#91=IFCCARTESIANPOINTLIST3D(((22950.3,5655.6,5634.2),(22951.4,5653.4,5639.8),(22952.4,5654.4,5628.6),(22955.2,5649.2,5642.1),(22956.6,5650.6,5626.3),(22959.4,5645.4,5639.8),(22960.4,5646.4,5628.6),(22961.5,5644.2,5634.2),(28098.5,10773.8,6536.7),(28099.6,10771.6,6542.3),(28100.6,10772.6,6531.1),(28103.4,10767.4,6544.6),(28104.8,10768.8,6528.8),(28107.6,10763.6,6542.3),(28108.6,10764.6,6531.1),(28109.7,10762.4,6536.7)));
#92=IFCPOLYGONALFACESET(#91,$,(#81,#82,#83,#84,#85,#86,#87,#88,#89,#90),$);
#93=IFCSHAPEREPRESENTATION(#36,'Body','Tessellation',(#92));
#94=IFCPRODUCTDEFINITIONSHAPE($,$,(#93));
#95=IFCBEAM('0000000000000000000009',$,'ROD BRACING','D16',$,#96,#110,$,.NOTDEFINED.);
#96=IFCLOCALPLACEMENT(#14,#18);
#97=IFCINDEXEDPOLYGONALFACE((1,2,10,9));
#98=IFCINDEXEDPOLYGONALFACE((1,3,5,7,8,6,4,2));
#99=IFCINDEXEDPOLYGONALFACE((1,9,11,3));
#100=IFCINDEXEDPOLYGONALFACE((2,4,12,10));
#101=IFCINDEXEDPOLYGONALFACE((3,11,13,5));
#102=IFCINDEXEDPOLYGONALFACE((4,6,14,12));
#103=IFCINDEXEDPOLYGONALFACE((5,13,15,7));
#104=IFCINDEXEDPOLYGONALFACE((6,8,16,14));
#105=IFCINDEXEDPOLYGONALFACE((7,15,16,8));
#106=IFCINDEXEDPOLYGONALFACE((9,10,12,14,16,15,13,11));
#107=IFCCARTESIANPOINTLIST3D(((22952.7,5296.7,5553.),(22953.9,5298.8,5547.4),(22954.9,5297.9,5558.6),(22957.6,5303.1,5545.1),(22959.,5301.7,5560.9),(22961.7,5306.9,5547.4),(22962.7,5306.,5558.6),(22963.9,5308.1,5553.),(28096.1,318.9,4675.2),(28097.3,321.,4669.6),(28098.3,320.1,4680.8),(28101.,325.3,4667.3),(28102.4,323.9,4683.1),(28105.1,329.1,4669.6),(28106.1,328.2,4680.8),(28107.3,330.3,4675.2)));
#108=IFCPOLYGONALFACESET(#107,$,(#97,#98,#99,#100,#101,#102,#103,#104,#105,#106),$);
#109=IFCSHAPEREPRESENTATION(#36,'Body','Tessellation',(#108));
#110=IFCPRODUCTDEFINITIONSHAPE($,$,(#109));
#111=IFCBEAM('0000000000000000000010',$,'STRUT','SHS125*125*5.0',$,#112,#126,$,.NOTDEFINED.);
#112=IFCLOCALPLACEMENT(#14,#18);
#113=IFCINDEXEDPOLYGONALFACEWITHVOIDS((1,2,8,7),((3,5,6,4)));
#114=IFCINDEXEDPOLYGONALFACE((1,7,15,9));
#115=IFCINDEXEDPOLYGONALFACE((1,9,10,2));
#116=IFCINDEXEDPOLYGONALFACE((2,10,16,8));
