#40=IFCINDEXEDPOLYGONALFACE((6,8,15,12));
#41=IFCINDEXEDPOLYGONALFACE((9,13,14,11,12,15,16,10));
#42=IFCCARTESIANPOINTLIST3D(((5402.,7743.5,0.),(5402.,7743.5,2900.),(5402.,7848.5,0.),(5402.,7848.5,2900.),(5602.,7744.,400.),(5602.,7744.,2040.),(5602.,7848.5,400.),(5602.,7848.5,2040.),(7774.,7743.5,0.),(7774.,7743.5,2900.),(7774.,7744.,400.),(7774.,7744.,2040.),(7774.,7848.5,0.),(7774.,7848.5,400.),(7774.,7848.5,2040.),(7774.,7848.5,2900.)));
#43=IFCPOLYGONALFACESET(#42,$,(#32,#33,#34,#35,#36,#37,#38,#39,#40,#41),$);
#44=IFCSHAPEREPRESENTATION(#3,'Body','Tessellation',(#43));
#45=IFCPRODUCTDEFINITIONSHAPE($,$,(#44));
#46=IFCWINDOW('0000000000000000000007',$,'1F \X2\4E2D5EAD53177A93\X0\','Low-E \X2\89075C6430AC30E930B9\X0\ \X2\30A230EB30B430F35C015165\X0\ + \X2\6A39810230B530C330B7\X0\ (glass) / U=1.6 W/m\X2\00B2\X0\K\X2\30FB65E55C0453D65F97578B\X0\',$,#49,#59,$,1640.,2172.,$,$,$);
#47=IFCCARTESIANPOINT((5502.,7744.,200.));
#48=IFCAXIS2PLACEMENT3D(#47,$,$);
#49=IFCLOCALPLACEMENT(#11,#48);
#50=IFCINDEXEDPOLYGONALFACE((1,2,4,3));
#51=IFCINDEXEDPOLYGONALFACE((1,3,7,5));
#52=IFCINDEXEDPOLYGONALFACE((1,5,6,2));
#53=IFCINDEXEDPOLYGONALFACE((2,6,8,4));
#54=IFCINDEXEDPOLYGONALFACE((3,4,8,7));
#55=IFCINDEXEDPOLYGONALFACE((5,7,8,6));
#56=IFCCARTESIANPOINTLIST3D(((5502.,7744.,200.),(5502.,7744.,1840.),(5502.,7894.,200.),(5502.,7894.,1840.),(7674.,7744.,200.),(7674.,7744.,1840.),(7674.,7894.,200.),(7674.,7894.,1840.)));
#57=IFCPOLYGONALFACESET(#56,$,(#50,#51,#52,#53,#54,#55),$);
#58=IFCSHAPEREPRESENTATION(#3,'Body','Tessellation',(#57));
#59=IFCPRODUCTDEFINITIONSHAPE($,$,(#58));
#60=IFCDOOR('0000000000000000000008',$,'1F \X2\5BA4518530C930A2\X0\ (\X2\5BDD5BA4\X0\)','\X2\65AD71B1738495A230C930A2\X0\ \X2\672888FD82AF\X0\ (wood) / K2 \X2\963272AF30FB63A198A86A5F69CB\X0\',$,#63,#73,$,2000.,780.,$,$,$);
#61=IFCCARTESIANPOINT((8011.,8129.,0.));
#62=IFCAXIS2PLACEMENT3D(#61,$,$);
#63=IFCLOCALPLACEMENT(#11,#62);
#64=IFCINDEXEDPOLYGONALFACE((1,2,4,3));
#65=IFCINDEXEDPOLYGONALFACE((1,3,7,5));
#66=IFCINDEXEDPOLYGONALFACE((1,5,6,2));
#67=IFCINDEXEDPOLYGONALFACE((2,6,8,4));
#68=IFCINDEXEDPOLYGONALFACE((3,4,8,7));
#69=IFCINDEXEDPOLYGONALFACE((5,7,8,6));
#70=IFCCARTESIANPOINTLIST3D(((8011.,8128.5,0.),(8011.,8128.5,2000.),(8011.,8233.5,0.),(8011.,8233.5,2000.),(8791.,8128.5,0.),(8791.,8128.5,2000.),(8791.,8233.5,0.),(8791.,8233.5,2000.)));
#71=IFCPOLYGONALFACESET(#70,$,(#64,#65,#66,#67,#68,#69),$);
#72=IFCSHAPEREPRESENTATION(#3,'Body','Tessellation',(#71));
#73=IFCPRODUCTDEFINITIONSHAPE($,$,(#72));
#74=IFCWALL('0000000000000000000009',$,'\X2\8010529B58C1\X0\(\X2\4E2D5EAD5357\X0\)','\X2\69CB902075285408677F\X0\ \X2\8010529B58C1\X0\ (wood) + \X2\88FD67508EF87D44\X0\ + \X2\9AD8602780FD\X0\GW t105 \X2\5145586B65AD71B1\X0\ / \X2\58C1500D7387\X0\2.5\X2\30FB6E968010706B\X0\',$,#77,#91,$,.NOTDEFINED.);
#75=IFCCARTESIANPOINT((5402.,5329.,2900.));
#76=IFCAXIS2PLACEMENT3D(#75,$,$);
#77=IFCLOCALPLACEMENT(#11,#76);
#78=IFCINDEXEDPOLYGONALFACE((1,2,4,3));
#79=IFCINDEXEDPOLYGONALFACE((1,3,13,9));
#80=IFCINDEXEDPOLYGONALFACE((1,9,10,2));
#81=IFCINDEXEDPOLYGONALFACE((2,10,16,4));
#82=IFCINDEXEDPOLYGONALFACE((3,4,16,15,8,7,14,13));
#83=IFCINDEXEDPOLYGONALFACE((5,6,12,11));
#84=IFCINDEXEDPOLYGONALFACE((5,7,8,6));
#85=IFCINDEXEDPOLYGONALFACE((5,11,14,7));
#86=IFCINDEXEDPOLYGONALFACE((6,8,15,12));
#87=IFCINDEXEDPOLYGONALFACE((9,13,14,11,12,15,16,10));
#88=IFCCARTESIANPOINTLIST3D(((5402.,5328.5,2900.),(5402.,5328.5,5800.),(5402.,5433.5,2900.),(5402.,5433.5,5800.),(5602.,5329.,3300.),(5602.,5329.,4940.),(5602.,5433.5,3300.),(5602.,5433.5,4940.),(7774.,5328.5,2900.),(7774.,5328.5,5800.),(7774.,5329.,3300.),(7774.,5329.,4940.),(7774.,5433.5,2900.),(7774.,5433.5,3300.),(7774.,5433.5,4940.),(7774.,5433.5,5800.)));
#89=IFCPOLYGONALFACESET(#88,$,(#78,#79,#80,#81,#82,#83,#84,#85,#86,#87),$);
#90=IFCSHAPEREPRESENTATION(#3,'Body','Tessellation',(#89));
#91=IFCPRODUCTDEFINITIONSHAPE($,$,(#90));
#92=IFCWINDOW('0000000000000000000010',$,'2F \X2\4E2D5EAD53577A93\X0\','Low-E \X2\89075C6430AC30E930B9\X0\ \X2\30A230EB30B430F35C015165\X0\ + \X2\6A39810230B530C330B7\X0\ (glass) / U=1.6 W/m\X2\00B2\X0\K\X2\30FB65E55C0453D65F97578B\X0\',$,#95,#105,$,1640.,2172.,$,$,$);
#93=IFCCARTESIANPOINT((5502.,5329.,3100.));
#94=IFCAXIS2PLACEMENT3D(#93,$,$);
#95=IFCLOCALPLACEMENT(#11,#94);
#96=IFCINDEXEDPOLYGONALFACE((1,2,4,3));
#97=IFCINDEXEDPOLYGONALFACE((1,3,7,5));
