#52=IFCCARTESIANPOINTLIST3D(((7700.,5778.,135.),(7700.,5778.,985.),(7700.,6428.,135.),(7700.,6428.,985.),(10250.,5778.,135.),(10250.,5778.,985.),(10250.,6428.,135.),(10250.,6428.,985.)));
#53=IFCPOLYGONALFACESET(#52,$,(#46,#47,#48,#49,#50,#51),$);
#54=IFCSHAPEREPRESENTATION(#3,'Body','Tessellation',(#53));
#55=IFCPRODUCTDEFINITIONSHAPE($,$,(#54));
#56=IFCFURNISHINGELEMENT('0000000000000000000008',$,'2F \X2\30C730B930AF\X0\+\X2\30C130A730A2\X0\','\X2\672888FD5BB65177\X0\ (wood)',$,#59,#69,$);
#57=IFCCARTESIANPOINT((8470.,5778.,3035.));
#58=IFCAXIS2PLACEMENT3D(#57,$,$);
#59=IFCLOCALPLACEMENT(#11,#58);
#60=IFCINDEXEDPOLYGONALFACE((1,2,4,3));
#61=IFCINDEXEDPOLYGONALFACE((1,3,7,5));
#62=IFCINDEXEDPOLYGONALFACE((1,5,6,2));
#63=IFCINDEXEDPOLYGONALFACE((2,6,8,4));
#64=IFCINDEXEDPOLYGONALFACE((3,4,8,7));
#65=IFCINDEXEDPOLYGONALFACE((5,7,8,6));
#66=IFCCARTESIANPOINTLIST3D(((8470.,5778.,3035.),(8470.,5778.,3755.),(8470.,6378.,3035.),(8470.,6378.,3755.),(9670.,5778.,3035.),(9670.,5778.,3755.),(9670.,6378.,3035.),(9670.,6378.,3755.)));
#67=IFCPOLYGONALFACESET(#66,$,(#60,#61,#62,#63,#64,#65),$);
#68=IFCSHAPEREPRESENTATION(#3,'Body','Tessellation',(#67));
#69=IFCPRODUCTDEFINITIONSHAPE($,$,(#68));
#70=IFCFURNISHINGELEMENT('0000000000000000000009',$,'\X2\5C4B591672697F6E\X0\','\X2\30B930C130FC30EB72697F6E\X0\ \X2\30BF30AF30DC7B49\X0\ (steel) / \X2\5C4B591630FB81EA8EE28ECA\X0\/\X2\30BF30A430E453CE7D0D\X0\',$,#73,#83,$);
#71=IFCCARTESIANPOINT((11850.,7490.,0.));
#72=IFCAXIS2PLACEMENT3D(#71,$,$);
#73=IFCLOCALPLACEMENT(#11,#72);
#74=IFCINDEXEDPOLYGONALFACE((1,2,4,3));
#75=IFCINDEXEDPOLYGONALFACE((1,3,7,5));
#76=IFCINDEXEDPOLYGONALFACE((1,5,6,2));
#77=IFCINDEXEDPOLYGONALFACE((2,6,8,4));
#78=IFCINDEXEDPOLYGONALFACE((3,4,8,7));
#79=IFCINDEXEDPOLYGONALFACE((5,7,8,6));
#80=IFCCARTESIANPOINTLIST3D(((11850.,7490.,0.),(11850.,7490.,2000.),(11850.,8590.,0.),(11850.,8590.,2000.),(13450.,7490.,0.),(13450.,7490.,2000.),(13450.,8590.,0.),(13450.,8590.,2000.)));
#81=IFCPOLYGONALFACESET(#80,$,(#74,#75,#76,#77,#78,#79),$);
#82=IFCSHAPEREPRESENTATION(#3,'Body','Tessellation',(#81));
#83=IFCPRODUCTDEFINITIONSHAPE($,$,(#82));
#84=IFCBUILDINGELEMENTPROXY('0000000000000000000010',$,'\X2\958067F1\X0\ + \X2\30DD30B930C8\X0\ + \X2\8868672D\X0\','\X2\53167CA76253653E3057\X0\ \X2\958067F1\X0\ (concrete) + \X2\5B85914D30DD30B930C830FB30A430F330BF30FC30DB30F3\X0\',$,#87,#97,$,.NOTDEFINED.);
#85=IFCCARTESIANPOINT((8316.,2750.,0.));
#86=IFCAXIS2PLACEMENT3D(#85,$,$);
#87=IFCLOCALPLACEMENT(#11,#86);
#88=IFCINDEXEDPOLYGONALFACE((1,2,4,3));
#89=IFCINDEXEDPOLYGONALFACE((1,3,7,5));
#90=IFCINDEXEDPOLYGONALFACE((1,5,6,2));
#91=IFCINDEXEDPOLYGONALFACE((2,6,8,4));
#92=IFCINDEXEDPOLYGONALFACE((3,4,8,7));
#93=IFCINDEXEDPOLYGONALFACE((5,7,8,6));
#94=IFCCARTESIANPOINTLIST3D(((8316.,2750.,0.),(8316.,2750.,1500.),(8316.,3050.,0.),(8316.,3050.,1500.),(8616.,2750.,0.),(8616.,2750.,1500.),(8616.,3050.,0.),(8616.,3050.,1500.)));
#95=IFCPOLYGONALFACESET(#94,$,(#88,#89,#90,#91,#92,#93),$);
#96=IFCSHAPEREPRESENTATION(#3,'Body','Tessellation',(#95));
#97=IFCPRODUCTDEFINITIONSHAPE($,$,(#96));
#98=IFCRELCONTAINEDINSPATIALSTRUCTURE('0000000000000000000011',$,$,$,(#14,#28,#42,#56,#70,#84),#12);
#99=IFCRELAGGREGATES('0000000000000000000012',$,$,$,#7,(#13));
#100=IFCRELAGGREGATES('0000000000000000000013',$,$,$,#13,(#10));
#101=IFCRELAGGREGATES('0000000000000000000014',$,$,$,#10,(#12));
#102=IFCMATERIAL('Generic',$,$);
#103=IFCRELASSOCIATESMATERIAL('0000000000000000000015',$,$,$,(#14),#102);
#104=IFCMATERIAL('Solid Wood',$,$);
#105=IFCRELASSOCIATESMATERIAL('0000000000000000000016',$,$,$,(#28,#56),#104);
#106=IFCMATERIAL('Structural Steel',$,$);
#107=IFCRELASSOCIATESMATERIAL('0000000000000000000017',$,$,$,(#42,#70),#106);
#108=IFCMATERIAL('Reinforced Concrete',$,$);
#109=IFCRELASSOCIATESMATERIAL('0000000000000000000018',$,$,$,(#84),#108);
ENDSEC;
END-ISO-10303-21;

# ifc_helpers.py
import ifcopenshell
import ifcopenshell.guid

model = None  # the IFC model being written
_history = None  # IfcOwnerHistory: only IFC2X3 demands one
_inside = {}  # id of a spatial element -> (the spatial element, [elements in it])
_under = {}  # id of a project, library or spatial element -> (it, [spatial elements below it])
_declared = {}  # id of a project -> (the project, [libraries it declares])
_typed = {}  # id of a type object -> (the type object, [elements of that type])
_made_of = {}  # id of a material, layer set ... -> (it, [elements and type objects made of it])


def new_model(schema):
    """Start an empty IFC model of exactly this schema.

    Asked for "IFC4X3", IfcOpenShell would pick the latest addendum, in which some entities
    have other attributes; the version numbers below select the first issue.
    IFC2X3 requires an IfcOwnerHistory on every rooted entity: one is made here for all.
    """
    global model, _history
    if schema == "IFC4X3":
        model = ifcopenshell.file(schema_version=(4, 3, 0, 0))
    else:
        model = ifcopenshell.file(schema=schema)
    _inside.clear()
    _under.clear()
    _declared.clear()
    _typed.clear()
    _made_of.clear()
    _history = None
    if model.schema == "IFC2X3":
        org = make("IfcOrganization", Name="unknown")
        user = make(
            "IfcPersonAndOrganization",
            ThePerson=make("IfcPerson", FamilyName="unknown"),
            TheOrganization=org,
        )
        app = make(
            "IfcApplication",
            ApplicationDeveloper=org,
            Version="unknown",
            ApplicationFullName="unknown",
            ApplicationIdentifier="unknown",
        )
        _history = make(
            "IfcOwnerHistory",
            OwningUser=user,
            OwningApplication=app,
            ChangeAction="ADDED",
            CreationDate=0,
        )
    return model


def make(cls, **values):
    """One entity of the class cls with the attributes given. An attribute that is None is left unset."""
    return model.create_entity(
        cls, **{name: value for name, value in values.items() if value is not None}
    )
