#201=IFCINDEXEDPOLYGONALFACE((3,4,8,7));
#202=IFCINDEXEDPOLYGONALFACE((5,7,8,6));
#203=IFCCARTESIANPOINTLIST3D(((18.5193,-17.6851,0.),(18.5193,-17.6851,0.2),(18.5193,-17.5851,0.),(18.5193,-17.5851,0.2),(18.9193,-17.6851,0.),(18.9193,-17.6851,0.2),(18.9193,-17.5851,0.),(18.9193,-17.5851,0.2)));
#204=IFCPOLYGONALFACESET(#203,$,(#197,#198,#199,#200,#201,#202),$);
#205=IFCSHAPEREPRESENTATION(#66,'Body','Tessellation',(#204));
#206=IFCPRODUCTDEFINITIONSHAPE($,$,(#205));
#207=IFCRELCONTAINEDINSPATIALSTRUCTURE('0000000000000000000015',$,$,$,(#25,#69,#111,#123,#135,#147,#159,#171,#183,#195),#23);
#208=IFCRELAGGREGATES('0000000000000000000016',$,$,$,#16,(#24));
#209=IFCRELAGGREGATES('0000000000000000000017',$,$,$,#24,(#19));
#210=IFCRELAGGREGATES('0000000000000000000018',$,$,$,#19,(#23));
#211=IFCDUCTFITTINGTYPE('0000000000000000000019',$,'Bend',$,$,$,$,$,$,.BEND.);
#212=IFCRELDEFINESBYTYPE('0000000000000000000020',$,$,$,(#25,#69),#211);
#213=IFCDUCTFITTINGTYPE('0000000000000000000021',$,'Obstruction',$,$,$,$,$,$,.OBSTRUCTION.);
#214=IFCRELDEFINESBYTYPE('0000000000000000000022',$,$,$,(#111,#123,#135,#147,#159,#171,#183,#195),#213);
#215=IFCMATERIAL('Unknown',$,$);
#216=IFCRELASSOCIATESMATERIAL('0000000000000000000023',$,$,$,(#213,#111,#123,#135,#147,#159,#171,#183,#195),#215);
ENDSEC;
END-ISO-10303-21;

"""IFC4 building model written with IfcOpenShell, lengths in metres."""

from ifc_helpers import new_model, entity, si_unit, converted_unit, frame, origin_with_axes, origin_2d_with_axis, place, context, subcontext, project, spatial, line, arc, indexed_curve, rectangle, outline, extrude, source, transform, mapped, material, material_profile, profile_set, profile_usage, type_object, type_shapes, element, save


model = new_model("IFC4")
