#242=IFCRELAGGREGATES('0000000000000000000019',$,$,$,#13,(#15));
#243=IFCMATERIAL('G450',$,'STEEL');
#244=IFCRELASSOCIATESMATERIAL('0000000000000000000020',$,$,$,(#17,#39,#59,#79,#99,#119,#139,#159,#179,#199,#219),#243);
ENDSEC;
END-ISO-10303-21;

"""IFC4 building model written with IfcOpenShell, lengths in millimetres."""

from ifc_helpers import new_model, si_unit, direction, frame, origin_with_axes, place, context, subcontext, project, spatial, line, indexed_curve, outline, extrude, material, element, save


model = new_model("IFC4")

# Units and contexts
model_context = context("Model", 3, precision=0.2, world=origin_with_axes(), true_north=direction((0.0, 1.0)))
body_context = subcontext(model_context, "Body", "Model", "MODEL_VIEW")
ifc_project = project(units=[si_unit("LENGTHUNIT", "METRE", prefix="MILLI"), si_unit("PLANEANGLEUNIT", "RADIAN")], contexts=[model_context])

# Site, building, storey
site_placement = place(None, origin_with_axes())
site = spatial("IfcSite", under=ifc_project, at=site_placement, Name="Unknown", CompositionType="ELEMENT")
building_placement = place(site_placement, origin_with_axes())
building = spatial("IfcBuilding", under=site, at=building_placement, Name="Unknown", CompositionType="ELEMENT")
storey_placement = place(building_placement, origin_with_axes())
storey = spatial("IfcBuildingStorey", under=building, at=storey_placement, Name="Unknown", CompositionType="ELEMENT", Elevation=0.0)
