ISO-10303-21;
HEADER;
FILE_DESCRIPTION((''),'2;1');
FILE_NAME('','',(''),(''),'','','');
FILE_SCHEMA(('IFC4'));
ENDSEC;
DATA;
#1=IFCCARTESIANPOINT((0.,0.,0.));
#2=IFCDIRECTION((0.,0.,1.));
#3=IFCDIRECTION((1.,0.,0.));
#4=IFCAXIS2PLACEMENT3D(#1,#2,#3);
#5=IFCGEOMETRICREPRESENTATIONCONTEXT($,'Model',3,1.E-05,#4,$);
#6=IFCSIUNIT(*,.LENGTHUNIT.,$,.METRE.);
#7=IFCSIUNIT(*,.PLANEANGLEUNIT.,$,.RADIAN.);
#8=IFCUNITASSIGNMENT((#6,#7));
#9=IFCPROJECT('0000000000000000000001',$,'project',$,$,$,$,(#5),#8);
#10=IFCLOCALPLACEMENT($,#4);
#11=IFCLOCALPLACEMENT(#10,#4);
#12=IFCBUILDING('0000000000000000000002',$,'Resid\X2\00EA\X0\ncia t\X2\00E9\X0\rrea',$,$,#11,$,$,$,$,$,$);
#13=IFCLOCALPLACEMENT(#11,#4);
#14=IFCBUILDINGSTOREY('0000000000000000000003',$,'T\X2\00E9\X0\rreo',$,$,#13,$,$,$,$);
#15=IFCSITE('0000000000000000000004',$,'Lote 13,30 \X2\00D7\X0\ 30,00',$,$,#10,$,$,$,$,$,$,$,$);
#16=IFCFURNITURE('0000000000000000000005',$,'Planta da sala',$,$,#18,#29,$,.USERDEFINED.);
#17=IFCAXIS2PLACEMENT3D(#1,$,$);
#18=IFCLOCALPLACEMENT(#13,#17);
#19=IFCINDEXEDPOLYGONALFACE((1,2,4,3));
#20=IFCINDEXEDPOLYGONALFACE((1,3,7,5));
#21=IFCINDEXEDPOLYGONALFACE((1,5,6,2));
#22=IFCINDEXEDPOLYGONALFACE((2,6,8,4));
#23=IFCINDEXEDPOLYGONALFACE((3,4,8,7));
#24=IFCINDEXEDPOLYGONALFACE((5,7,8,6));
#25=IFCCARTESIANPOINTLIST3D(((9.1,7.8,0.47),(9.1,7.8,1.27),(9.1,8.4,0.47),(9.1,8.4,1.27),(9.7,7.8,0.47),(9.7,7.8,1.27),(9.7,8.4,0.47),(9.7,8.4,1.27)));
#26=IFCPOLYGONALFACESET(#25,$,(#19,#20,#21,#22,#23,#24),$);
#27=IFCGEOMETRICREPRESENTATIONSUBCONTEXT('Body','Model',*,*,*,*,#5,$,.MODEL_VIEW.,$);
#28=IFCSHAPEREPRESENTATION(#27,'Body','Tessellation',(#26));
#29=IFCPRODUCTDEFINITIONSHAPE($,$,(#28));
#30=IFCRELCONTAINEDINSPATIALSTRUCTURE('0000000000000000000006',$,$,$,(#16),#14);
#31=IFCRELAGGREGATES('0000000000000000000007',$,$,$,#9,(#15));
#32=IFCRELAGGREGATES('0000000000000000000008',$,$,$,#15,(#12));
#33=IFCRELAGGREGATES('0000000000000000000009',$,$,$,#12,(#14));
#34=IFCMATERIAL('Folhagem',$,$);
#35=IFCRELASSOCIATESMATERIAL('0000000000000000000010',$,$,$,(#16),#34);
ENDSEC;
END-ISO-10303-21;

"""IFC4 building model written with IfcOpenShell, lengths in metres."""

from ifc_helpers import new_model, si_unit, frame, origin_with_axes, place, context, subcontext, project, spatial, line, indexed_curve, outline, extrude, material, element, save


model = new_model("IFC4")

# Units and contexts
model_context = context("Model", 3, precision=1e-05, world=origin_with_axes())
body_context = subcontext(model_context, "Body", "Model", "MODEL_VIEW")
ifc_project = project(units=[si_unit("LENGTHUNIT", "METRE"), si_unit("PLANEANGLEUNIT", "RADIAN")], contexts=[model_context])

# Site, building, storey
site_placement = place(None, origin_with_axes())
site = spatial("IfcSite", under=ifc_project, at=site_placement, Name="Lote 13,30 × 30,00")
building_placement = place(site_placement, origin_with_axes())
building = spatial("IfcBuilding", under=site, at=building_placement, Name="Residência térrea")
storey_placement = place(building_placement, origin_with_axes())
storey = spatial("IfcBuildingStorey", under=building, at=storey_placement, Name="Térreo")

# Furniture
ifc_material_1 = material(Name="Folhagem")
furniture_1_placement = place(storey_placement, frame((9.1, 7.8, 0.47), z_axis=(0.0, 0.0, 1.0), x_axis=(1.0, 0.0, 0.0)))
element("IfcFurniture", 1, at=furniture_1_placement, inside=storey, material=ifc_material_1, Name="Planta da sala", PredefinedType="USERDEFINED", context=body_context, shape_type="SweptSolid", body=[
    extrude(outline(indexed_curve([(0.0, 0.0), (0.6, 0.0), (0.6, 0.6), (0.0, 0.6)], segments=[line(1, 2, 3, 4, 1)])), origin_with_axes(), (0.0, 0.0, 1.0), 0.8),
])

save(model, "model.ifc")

#### AIM OF THE TASK
When the line with "#96=IFCLOCALPLACEMENT(#14,#18);" is reached in the data above, start copying there, and copy each line exactly until the line with "#106=IFCINDEXEDPOLYGONALFACE((9,10,12,14,16,15,13,11));" has been copied; copy nothing else.

#### RESPONSE AREA
#96=IFCLOCALPLACEMENT(#14,#18);
#97=IFCINDEXEDPOLYGONALFACE((1,2,10,9));
#98=IFCINDEXEDPOLYGONALFACE((1,3,5,7,8,6,4,2));
#99=IFCINDEXEDPOLYGONALFACE((1,9,11,3));
#100=IFCINDEXEDPOLYGONALFACE((2,4,12,10));
#101=IFCINDEXEDPOLYGONALFACE((3,11,13,5));
#102=IFCINDEXEDPOLYGONALFACE((4,6,14,12));
#103=IFCINDEXEDPOLYGONALFACE((5,13,15,7));
#104=IFCINDEXEDPOLYGONALFACE((6,8,16,14));
#105=IFCINDEXEDPOLYGONALFACE((7,15,16,8));
#106=IFCINDEXEDPOLYGONALFACE((9,10,12,14,16,15,13,11));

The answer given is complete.